Despite understanding the advantages of having access to the CGM data, I couldn’t shake off an uneasy feeling. I knew I would be uncomfortable sharing this information with anyone, let alone my doctor. I wondered how my patients felt about sharing their information with me. I couldn’t remember the last time I set time aside to discuss any discomfort or embarrassment they felt,  knowing that every out-of-range reading captured is visible to me and the care team. 

Honestly, I was concerned about what this revealed about me.  There’s an old saying that doctors make the worst patients. Like many folks, I have a complicated relationship with my primary care provider. When it comes to healthy behaviors, I struggle with the same issues as the  folks who are referred to me for help. Does that make me a lousy doctor? Access to all the peer review journals, professional training programs, self-help books, and extra letters behind my name: this hasn’t changed the fact that some days it is a huge struggle to spend 30 minutes on my expensive stationary bike. 

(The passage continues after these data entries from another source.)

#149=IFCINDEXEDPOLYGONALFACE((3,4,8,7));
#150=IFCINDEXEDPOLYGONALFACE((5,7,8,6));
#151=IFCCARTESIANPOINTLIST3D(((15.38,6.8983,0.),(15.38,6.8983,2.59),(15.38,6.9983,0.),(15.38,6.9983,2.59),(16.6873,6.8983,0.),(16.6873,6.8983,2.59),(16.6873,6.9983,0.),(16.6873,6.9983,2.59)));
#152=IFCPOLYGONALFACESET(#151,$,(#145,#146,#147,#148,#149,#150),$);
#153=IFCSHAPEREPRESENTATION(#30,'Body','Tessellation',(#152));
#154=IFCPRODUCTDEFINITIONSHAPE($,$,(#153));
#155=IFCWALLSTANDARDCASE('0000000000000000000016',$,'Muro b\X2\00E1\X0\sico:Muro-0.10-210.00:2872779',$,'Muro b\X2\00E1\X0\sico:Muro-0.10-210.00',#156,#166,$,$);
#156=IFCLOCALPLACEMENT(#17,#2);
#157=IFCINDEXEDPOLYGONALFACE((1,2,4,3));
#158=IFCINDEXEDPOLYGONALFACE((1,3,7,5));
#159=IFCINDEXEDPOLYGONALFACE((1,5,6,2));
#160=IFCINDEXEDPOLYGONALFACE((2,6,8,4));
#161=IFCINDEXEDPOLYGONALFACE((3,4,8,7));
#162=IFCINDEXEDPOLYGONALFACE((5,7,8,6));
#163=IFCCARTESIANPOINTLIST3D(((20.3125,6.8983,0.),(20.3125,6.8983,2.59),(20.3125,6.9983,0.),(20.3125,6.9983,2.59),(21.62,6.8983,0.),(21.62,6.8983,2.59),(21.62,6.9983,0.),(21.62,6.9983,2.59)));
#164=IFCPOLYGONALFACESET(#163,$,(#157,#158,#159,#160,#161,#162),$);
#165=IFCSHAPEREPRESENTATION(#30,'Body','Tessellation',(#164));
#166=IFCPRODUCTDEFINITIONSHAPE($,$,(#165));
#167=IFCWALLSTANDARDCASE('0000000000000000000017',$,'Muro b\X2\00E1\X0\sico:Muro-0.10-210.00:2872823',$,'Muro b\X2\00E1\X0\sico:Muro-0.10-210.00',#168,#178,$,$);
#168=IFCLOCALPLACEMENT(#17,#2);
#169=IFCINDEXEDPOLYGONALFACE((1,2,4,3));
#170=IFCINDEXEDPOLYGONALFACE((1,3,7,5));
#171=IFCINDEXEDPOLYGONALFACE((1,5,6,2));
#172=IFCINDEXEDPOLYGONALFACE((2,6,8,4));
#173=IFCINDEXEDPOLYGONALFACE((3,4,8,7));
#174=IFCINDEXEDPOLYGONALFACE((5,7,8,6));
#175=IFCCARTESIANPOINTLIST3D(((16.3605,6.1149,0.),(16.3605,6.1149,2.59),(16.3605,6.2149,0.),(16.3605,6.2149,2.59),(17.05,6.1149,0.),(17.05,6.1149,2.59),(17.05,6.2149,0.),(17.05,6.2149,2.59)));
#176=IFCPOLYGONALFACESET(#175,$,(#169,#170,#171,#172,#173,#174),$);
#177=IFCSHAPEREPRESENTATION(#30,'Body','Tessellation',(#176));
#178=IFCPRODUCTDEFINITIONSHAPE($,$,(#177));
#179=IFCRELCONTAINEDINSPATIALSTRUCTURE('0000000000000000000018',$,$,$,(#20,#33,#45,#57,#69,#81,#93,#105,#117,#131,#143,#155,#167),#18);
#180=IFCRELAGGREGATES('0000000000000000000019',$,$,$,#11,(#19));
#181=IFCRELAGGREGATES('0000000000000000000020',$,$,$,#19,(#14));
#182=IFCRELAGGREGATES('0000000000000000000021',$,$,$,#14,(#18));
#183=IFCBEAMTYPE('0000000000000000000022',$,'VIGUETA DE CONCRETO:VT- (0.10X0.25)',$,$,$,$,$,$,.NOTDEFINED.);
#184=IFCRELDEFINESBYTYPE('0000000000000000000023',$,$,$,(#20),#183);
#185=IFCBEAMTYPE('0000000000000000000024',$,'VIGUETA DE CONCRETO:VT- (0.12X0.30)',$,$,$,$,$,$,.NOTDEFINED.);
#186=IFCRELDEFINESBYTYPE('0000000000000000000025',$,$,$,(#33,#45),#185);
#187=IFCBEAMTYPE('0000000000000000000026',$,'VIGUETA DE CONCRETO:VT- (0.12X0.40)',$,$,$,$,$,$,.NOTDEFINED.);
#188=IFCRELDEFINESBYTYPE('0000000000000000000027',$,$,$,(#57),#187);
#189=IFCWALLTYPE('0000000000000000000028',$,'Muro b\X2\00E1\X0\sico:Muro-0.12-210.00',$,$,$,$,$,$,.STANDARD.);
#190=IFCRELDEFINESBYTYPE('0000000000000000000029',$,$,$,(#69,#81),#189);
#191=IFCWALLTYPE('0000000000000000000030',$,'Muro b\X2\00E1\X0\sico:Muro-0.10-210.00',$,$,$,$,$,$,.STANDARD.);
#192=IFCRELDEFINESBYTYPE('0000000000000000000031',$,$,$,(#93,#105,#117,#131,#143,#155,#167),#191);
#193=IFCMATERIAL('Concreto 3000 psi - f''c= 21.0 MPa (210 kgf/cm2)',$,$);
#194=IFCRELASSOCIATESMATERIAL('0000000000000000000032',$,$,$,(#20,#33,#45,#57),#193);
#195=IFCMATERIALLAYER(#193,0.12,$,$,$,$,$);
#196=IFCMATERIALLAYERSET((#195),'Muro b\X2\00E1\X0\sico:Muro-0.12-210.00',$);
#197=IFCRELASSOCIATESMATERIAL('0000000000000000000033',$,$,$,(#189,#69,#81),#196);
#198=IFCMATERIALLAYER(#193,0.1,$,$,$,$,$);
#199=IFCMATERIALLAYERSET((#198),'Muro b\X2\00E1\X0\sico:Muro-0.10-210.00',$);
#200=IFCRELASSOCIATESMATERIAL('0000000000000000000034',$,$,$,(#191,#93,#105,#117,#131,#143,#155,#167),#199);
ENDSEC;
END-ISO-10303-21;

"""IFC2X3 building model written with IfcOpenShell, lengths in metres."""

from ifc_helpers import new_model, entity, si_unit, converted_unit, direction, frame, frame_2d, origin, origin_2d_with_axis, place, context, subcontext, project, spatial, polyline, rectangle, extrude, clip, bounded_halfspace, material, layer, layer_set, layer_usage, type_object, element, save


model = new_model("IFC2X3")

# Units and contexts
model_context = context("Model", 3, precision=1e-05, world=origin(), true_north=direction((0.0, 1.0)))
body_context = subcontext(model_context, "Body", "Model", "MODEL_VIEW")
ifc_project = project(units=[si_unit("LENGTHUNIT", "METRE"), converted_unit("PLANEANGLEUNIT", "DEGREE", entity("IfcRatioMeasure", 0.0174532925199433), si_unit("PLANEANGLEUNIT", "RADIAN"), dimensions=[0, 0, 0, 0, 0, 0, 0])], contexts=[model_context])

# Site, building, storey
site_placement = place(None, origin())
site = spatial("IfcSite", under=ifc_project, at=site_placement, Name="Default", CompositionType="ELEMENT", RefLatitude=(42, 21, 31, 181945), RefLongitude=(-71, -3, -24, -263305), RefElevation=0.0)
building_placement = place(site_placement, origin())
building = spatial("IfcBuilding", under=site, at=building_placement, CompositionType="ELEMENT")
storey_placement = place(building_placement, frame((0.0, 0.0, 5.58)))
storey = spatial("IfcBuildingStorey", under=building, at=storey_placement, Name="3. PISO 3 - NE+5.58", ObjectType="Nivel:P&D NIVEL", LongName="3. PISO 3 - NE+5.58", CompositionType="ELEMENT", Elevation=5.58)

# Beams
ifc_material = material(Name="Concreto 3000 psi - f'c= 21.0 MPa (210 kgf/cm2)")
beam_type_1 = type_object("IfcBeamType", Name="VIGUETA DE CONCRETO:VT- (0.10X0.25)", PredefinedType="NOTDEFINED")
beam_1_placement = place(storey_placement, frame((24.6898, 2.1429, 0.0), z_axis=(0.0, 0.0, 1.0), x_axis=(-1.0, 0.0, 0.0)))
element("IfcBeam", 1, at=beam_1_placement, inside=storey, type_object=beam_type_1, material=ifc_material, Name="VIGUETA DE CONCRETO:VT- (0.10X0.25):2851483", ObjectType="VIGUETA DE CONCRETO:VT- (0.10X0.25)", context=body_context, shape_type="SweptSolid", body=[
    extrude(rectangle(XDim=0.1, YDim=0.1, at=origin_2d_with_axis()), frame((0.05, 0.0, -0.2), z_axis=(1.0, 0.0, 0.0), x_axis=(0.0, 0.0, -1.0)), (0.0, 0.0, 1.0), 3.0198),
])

Eighty-eight million Americans are at risk of type 2 diabetes. This number includes healthcare providers. Studies on physician health have focused on work-related stress, mental health, and substance abuse. Little attention has been given to  lifestyle behaviors and preventive health care. As trusted healthcare providers, many of us struggle to practice what we preach in our personal lives. Sadly, our patients can see this as well. I remember talking passionately to a group of women executives over lunch about our programs for diabetes management and prevention. As if on cue, they all looked down to see what I had on my plate. I get it: we’re not going to make  progress advocating for plant-based diets and all manners of foods our patients can’t even pronounce, let alone afford, while being famous for quarreling with the chef at the hospital cafeteria for not adding an extra piece of fried chicken to our lunch order.  Few doctors are bold enough to come out in the open and say these words: “I have type 2 diabetes and some days it is a struggle.” Or, “I have hypertension and despite several attempts, I’m still trying to quit smoking.” Providers can play an important role in addressing the guilt and shame associated with preventable health conditions that plague us as a society, by bringing their own struggles into the light.

There’s no one-size-fits-all solution out there that will work for everyone. But physicians can play an important role in addressing the misconceptions and challenges, and play an active role in creating systems with a higher probability of success for their communities. Physicians who practice healthy behaviors are more likely to counsel their patients about them. Simply put, encouraging providers to be healthy can improve the health of their patients. We are part of the millions of individuals struggling. Let’s get a little uncomfortable discussing these issues more openly. My hope is that 2022 is the year healthcare providers collectively get off the sidelines and become active participants, in order to create safe spaces for these conversations to happen, and work on practical solutions that improve our personal health. Our personal credibility can motivate our patients to adopt healthy behaviors.